Vice president of legal and government affairs, Freescale Semiconductor Inc.
Freescale Semiconductor Inc. employees like to say that the company has probably touched the lives of everyone in Oak Hill several times today already, said John D. Holmes, vice president of legal and government affairs.
Freescale's products help move electrical currents in cars, coordinate anti-lock brakes and airbags, and operate networks that smartphones use.
In the course of developing that technology, Freescale will likely enter into 1,800 to 2,000 contracts this year, he said.
Holmes' job is to make sure those transactions run smoothly.
"It's pretty fun, especially if you're a corporate transactional attorney," he said. "It doesn't sound like a super sexy job ... but I'm from Austin, I get to do it from my desk in Oak Hill and do these really fun, complex multinational deals."
Motorola, Freescale's former parent company, came to Austin in 1974 and started out on Ed Bluestein Drive. Motorola outgrew the Bluestein site and branched out to Oak Hill in 1984.
"I remember driving past this place in high school when going to eat in Oak Hill at Convict Hill Restaurant," he said.
Holmes graduated from Austin High School and went to Tulane Unviersity for his bachelor's and law degrees. By the late 1990s, he ended up working at Thompson & Knight, a law firm in Houston.
"It was spring, it was during South by Southwest, and I was daydreaming about ways to get back [to Austin]," he said. "This was during the height of the dot-com era. There was lots of cool stuff happening at the time, but none of it, for a little conservative lawyer, sounded like a good long-term play."
He said that when he joined Motorola in 2000, it was easier to name the technology fields in which Motorola was not involved. Freescale was best known for making microchips that went into Motorola cell phones back when the company owned a substantial share of that market.
Holmes said he fell in love with Motorola in 2002–03, when his coworkers supported him through his battle with cancer.

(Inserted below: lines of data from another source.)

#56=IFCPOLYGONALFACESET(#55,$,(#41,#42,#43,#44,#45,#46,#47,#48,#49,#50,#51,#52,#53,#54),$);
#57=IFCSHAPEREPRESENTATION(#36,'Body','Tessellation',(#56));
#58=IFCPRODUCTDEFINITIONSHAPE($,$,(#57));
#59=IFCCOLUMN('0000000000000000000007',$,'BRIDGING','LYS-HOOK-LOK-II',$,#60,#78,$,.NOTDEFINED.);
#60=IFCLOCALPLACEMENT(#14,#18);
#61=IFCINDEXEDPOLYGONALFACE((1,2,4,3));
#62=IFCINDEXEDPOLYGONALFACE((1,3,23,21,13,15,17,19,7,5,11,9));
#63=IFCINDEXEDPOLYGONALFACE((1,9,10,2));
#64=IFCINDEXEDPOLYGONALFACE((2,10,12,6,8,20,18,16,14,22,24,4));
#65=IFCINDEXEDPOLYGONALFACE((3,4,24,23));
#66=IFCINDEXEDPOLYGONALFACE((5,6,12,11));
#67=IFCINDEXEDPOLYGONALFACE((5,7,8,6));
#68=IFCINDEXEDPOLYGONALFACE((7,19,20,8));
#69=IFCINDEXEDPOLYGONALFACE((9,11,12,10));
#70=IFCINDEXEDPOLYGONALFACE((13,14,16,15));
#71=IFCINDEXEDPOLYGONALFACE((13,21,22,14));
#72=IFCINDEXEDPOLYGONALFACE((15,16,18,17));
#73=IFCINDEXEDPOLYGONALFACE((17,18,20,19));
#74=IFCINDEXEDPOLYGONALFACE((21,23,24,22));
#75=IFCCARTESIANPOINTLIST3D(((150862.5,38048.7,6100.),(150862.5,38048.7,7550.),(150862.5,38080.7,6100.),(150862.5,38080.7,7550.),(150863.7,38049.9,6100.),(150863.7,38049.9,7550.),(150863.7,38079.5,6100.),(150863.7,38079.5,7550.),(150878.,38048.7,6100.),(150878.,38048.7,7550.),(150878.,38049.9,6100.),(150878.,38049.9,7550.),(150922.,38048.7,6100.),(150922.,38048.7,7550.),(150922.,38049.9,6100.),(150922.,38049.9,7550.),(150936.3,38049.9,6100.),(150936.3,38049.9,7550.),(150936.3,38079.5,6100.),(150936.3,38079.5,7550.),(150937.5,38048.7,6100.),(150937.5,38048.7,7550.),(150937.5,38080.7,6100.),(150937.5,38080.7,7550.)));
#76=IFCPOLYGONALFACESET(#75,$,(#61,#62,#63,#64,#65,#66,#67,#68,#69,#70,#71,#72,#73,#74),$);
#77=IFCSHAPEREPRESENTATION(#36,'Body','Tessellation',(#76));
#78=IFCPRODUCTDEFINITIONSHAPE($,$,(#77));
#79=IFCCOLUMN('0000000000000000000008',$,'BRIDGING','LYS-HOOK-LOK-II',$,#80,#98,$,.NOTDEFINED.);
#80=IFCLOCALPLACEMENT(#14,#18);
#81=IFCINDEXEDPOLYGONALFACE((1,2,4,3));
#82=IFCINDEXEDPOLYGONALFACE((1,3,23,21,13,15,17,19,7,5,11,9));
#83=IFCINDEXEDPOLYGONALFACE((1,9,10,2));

"You expect your family and friends to rally to your aid. It was not expected the way the colleagues at the time rallied around to help me through that difficult year-and-a-half period," he said.
Soon after he returned to work, Freescale began working on separating from Motorola—an exciting time for a transaction attorney and Austin in general, he said.
"Instead of being a far-flung division of a multinational company based in Schaumburg, Ill., we saw a line of sight for us to become masters of our destiny," he said.
Since Freescale became independent in 2004, Holmes and his team have overseen some major accomplishments, including the two largest public offerings in Austin history.
"In 2004, we did a $1.3 billion initial public offering," he said. "Last year, we came back out again and raised $850 million."
The new company retained Motorola's close-knit and engineer-driven work environment, but swapped Motorola's "slower-moving Midwestern culture" for a high-performance mentality, he said.
"We are not as big as we once were, and yet we're producing as much as we once did in terms of innovations," he said. "We push ourselves, particularly our inventor communities. In the technology realm, it is always, 'How do you get to market faster? You are constantly evolving in an ever-more-rapid way to bring faster, more power-efficient technologies to market."
Holmes remains active in the community in which he grew up. He has worked with Big Brothers Big Sisters and United Way's Young Leaders Society and serves on the board of directors of Any Baby Can, a nonprofit that offers education, therapy and support services to children and families.
"Any Baby Can is super exciting for me, specifically because you can have such a magnifier effect," he said. "You can get involved with children who need special services. They are among the poorest, or maybe they have an illness that needs help."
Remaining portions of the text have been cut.